Speaker 2:It is sobering. When we look at that micro donor segment, so those are the individuals making their first gift typically between, say, 5 and $100. This is where the attrition is highest.
Speaker 1:Okay.
Speaker 2:Based on industry data from the Fundraising Effectiveness Project, the retention rate for a new first time donor is only about eighteen percent.
Speaker 1:18%. Just think about that for a moment. Yeah. It suggests a fundamental, almost a systematic failure in how we're nurturing those brand new relationships.
Speaker 2:That's the core tragedy of it. For every 100 new people who are moved enough to give that first gift, 82 of them will never give again.
Speaker 1:82.
Speaker 2:We call this the churn factory, you're just constantly pouring new relationships in, but 82% of the material is wasted right away. Wow. So the moment you cross that acquisition threshold, if you don't have a plan for engagement and optimization
Speaker 1:You've basically guaranteed a negative return on your investment.
Speaker 2:A net negative, exactly.
Speaker 1:This isn't just some philosophical problem, it's a pure mathematics problem for your mission's survival.
Speaker 2:Absolutely.
Speaker 1:You can't sustain a fundraising model where five out of every six new donors just vanish.
Speaker 2:You can't.
Speaker 1:If you spent that $20 to get a $10 donor, that only becomes profitable if you get a second, a third, or a fourth gift.

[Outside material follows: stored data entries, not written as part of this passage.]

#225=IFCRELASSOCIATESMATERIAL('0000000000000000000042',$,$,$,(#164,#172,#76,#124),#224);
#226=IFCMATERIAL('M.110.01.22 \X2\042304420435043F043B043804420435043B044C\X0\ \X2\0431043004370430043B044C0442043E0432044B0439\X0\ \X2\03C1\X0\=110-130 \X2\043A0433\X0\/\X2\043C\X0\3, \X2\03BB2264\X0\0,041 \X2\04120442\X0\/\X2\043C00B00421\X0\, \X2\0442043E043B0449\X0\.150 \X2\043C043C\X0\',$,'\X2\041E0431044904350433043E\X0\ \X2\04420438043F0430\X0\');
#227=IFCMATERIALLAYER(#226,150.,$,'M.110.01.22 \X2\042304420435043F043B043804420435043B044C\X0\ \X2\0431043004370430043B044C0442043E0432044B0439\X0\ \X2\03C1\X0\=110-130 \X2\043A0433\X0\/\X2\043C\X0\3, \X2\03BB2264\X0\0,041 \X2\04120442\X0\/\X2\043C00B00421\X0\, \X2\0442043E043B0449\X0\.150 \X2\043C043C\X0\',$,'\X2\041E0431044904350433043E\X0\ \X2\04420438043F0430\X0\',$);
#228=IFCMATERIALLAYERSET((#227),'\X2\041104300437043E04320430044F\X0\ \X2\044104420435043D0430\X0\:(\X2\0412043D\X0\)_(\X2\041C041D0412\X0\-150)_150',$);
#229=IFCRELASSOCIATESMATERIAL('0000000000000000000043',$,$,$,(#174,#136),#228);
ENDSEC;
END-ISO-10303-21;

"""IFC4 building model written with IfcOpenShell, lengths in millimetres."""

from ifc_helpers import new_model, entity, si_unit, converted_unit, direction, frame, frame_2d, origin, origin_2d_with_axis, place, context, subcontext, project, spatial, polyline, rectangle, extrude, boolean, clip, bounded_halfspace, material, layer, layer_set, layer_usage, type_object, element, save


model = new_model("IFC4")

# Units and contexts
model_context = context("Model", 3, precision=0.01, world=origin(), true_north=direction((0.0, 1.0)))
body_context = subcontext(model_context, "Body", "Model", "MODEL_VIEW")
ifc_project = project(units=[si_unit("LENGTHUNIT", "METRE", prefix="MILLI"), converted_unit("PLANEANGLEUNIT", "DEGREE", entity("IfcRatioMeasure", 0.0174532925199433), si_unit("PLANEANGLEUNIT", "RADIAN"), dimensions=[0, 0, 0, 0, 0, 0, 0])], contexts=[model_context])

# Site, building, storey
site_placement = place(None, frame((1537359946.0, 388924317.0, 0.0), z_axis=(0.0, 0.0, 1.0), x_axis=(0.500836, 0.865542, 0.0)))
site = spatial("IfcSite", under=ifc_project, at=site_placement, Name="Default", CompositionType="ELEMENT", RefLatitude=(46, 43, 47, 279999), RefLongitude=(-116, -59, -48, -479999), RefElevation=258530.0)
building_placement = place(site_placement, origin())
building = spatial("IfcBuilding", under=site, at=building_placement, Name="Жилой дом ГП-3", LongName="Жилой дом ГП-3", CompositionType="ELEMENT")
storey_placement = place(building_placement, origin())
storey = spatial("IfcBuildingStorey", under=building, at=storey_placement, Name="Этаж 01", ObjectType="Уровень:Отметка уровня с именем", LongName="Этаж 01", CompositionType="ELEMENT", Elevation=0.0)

Speaker 2:And hopefully an increased gift amount over time. That's the pressure point.
Speaker 1:Yeah.
Speaker 2:But this this leads us to the hidden value of the micro donor. It's why organizations just cannot afford to ignore them or let this churn happen.

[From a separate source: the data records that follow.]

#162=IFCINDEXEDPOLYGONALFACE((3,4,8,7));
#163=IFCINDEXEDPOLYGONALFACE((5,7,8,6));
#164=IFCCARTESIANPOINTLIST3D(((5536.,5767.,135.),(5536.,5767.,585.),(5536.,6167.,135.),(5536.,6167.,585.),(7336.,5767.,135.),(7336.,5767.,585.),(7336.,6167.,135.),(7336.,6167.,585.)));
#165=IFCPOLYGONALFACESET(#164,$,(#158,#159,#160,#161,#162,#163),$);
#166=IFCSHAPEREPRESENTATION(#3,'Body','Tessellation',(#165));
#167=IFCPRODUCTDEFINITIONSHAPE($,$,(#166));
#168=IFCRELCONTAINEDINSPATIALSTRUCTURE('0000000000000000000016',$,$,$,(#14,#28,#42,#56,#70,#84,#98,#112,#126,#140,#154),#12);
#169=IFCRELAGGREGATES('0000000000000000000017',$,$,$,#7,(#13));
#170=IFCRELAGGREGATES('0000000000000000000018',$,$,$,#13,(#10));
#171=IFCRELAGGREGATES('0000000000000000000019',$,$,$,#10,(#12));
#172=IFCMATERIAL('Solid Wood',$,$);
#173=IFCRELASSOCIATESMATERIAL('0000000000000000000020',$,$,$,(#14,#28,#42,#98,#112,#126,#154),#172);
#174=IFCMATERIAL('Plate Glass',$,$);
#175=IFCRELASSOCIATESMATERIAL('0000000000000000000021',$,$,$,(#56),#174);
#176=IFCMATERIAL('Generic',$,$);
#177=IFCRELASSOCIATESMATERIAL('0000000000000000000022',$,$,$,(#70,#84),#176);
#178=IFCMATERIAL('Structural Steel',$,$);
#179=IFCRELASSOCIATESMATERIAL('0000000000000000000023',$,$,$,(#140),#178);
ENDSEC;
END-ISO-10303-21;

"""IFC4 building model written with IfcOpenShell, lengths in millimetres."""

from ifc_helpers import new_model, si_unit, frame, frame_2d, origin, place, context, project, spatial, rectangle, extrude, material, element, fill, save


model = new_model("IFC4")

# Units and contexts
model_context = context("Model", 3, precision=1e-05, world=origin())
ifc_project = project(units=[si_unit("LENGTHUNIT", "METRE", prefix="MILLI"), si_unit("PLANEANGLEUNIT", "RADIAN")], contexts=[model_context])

Speaker 1:So they're volatile.
Speaker 2:Incredibly volatile. Yes. But they are also the farm team for your major gifts.
Speaker 1:The farm team. I like that. Yeah. It reframes them from a cost center to to an investment pipeline.
Speaker 2:That's it.
Speaker 1:What's the concrete evidence we have for that idea? That today's $20 donor is tomorrow's major funder?
Speaker 2:The evidence is incredibly robust. I mean, analysis of donor journeys across the industry shows that the path to a major gift, and we're defining that as 25,000 or more.
Speaker 1:Okay.
Speaker 2:It often starts very, very small. A significant percentage, 29% of all donors who eventually give 25,000 or more.
Speaker 1:29%. Almost a third.
Speaker 2:Almost a third. They began the relationship with a gift under $2.50.
Speaker 1:Wow. So a third of your future stability is sitting right there in that volatile, you know, 10 to $50 segment.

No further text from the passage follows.